▶ _PROBLEM REQUIREMENTS_: If a line of the data below holds the word "Profile", list it.

━━━━━━━━

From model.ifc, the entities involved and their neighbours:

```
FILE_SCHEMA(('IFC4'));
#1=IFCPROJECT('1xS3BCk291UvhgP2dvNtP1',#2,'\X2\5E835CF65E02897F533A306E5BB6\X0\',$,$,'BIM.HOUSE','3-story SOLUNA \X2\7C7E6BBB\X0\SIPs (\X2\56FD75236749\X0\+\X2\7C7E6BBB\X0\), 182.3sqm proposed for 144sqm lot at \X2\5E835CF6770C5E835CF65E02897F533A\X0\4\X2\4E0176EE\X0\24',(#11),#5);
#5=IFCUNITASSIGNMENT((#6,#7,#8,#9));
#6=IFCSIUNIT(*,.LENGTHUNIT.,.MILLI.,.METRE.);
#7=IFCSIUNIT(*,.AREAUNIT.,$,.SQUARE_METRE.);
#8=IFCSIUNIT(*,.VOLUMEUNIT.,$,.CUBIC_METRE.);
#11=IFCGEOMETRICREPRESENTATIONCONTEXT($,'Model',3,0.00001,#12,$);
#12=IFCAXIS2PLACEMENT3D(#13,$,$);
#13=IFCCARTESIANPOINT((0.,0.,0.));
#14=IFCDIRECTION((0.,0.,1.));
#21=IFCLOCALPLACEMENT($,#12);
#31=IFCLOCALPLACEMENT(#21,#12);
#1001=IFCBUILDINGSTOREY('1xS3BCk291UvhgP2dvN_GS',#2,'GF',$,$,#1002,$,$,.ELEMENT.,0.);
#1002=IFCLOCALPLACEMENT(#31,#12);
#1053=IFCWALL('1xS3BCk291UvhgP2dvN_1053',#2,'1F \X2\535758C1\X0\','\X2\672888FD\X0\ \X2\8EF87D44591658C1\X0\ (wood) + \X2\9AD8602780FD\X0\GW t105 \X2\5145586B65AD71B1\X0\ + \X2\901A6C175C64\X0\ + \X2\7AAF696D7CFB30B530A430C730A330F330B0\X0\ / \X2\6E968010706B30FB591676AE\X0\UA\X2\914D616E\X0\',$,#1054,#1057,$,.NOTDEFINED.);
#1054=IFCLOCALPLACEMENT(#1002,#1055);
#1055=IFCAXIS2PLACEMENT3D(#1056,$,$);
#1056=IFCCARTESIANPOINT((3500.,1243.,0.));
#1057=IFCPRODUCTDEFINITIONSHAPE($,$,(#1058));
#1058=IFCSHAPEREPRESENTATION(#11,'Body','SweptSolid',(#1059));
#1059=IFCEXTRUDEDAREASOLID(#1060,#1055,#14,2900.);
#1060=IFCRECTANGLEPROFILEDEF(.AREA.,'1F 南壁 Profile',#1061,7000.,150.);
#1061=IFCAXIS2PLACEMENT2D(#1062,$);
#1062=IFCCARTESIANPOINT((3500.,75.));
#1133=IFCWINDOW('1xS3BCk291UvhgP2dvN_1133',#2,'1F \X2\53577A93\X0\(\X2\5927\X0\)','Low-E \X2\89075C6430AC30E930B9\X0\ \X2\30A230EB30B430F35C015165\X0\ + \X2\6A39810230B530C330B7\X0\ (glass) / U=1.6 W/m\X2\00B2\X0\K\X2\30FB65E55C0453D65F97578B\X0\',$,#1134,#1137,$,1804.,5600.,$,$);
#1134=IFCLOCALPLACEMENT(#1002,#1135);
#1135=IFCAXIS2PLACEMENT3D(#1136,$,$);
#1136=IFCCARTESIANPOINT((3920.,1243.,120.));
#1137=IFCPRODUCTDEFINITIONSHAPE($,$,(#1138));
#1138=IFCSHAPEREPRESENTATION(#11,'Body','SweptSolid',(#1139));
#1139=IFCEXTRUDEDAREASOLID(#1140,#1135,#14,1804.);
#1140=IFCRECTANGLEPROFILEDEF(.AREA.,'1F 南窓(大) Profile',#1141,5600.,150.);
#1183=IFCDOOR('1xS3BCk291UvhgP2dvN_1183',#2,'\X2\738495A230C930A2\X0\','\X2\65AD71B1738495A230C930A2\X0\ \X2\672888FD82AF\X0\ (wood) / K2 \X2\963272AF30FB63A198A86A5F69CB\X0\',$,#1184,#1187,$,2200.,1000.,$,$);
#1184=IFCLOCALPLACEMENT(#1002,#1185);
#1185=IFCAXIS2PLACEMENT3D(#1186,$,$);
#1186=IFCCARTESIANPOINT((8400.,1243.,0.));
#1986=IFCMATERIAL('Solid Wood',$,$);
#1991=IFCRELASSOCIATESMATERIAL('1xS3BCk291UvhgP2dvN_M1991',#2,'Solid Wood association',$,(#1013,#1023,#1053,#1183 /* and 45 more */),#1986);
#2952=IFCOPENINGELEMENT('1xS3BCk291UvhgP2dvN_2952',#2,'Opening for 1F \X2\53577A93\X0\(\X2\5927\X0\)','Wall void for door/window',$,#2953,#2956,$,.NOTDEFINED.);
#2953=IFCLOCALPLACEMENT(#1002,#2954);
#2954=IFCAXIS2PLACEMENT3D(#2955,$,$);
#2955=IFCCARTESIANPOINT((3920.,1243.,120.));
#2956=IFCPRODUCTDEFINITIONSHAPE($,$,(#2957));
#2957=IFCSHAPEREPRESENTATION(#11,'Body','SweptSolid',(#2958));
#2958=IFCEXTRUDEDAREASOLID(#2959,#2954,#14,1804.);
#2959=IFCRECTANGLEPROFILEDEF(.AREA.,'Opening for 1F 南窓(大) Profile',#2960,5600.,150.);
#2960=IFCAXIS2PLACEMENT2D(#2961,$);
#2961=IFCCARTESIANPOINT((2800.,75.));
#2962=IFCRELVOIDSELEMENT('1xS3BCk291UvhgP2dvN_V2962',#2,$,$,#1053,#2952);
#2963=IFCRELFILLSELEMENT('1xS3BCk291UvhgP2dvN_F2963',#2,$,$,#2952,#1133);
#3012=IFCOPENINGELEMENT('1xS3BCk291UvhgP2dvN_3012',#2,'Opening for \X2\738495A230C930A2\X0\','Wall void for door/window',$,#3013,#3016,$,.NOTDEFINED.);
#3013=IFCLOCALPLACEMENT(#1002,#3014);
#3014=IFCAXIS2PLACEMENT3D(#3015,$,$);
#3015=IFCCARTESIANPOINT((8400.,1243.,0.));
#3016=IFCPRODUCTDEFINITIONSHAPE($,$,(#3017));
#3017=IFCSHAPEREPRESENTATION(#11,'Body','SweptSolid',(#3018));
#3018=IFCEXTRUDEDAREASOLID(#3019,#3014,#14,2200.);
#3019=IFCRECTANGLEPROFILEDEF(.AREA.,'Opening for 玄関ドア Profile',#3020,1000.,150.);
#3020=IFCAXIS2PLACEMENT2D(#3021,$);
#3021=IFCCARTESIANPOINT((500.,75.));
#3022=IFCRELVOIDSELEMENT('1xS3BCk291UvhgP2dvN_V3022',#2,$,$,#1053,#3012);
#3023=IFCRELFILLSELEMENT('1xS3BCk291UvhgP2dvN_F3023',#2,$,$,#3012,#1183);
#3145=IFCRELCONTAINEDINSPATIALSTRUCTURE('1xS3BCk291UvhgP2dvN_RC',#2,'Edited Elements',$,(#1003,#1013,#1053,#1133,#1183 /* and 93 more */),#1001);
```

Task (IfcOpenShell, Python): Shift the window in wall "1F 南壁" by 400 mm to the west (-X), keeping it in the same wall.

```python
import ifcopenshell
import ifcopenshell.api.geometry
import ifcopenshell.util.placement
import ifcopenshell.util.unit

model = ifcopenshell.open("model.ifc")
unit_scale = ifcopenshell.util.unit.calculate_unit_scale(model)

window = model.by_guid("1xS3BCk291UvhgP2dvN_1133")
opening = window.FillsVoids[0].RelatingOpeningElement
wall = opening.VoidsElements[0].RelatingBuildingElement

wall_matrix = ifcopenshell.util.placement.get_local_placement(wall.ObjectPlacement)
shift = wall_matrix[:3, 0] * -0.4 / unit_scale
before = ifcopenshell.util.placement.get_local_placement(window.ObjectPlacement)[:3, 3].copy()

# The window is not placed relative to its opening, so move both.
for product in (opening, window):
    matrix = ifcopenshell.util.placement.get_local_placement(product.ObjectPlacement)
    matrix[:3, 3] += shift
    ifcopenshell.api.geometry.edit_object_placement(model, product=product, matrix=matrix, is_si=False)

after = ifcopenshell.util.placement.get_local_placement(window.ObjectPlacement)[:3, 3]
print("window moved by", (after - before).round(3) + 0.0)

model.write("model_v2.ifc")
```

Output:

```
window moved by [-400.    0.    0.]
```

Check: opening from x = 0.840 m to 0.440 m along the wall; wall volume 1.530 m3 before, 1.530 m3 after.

━━━━━━━━

▶ _REPLY_:
#1060=IFCRECTANGLEPROFILEDEF(.AREA.,'1F 南壁 Profile',#1061,7000.,150.);
#1140=IFCRECTANGLEPROFILEDEF(.AREA.,'1F 南窓(大) Profile',#1141,5600.,150.);
#2959=IFCRECTANGLEPROFILEDEF(.AREA.,'Opening for 1F 南窓(大) Profile',#2960,5600.,150.);
#3019=IFCRECTANGLEPROFILEDEF(.AREA.,'Opening for 玄関ドア Profile',#3020,1000.,150.);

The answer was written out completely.